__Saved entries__
========================================

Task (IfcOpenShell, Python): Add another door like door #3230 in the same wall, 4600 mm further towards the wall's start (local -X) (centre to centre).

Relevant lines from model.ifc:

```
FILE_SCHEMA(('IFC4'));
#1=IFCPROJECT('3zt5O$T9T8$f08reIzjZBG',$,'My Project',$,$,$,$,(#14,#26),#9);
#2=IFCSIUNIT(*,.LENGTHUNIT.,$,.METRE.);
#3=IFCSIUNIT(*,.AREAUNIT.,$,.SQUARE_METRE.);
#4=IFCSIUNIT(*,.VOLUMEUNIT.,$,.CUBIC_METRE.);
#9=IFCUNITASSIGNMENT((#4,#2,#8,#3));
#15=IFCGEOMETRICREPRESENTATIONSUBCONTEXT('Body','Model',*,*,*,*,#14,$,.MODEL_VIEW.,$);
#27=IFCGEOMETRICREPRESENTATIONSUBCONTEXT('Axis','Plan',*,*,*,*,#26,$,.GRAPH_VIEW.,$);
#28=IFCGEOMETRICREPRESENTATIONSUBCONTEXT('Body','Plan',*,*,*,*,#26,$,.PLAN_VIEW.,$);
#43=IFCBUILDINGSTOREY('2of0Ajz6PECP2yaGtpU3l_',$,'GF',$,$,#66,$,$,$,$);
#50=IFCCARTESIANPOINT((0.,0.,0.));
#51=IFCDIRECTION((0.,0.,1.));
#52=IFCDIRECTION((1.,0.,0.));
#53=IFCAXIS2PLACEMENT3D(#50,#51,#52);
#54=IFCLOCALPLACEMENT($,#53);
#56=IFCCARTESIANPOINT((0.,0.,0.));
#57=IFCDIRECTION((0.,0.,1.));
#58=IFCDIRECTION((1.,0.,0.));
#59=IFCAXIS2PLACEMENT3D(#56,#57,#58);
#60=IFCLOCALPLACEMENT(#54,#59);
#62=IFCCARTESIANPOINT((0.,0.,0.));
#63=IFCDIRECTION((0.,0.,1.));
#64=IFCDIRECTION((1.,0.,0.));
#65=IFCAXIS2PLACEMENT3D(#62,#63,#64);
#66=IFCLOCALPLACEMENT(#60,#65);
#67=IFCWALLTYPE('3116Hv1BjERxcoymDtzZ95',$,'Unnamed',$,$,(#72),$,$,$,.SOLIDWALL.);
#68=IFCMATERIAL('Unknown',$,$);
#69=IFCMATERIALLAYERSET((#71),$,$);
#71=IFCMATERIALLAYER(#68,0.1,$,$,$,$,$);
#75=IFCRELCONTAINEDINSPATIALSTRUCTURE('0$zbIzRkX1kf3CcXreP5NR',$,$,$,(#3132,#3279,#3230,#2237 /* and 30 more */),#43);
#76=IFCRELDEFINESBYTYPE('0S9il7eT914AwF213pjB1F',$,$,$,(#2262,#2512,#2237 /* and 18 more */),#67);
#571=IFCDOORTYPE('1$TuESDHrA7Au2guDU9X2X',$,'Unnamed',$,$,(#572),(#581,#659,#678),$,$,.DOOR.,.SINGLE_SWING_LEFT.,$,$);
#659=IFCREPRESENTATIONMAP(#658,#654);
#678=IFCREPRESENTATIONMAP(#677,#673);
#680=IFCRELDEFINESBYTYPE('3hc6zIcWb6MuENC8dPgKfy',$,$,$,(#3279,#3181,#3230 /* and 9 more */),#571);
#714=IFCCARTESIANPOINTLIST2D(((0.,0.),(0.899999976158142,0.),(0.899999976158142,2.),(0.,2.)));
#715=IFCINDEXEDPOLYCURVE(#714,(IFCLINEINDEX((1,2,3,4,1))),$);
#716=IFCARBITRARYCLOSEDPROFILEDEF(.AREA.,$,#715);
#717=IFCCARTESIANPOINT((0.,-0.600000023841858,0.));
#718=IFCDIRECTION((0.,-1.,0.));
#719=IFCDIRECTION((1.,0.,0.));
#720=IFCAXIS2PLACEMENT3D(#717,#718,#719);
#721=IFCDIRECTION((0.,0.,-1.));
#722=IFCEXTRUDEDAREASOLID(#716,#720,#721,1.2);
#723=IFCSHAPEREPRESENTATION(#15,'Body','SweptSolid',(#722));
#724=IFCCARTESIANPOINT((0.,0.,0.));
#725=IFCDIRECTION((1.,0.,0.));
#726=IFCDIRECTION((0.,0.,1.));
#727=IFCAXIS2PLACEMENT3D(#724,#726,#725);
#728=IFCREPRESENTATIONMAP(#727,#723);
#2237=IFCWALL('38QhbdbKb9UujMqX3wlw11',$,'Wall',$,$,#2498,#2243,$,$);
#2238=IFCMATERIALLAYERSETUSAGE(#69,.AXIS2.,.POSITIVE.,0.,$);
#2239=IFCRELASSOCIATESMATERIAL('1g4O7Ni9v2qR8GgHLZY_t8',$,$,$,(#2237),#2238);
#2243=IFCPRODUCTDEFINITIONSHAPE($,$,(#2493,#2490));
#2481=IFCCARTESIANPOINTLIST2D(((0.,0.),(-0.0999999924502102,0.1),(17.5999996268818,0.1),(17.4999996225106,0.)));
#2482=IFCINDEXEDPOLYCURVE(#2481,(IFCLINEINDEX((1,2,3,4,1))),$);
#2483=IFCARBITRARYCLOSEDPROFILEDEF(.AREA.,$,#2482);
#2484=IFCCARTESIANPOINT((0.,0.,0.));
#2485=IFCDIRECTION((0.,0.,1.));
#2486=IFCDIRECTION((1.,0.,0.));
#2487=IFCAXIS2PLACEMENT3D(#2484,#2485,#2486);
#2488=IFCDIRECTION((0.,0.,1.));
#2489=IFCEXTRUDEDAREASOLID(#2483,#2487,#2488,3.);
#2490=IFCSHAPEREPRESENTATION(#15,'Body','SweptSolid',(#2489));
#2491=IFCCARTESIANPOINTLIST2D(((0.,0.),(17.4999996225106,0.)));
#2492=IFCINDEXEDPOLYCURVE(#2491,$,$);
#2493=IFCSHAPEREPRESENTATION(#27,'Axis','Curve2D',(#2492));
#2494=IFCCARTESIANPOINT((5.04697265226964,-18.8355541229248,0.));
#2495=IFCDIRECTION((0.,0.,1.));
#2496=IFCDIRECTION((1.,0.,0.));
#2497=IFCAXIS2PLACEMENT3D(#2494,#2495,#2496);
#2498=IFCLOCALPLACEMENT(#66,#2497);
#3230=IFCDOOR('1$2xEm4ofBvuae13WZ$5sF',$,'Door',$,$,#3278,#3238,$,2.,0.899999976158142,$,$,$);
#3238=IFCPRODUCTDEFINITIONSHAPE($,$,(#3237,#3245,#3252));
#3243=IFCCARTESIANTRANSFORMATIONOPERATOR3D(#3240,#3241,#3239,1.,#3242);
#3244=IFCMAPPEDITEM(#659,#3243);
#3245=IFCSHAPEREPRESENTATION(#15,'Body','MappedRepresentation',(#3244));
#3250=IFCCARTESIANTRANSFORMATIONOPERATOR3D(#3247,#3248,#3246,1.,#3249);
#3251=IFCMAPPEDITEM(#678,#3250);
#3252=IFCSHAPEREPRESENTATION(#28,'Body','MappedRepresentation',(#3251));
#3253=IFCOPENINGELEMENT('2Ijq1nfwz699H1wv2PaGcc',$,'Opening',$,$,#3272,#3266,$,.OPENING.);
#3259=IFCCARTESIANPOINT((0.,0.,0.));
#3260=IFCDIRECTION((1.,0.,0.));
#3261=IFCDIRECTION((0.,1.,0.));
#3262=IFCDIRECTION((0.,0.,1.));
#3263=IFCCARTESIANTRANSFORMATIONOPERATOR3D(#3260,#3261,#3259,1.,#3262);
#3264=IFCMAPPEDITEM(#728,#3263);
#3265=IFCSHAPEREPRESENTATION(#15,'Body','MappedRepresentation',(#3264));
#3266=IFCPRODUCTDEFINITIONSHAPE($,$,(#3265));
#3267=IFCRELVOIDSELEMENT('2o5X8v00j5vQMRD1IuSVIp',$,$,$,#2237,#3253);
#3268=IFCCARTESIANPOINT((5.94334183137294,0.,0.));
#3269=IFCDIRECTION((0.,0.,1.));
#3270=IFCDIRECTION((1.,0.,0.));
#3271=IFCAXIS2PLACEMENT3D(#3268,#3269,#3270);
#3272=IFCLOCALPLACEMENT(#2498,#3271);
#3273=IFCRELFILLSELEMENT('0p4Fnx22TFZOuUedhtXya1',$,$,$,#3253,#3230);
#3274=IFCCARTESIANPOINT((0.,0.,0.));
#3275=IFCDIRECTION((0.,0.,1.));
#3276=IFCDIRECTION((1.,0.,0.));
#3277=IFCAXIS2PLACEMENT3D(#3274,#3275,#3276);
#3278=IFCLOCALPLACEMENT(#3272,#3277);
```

```python
import ifcopenshell
import ifcopenshell.api.feature
import ifcopenshell.api.geometry
import ifcopenshell.api.root
import ifcopenshell.geom
import ifcopenshell.util.element
import ifcopenshell.util.placement
import ifcopenshell.util.shape
import ifcopenshell.util.unit

model = ifcopenshell.open("model.ifc")
unit_scale = ifcopenshell.util.unit.calculate_unit_scale(model)
settings = ifcopenshell.geom.settings()


def volume(element):
    """Net volume in cubic metres, openings subtracted."""
    shape = ifcopenshell.geom.create_shape(settings, element)
    return ifcopenshell.util.shape.get_volume(shape.geometry)


door = model.by_guid("1$2xEm4ofBvuae13WZ$5sF")
opening = door.FillsVoids[0].RelatingOpeningElement
wall = opening.VoidsElements[0].RelatingBuildingElement
before = volume(wall)
shift = ifcopenshell.util.placement.get_local_placement(wall.ObjectPlacement)[:3, 0] * -4.6 / unit_scale

# copy_class copies the void relationship, type, container and properties, but no geometry.
new_opening = ifcopenshell.api.root.copy_class(model, product=opening)
new_opening.Representation = ifcopenshell.util.element.copy_deep(
    model, opening.Representation, exclude=["IfcGeometricRepresentationContext", "IfcRepresentationMap"]
)
new_door = ifcopenshell.api.root.copy_class(model, product=door)
new_door.Representation = ifcopenshell.util.element.copy_deep(
    model, door.Representation, exclude=["IfcGeometricRepresentationContext", "IfcRepresentationMap"]
)
ifcopenshell.api.feature.add_filling(model, opening=new_opening, element=new_door)

for old, new in ((opening, new_opening), (door, new_door)):
    matrix = ifcopenshell.util.placement.get_local_placement(old.ObjectPlacement)
    matrix[:3, 3] += shift
    ifcopenshell.api.geometry.edit_object_placement(model, product=new, matrix=matrix, is_si=False)

after = volume(wall)

print(f"wall volume {before:.3f} -> {after:.3f} m3")

model.write("model_rev.ifc")
```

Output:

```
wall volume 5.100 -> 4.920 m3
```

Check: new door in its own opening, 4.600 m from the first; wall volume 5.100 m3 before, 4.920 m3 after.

========================================

For the word "Unnamed", count the lines of the records above that hold it and state only that count.

__Solved exercise__
2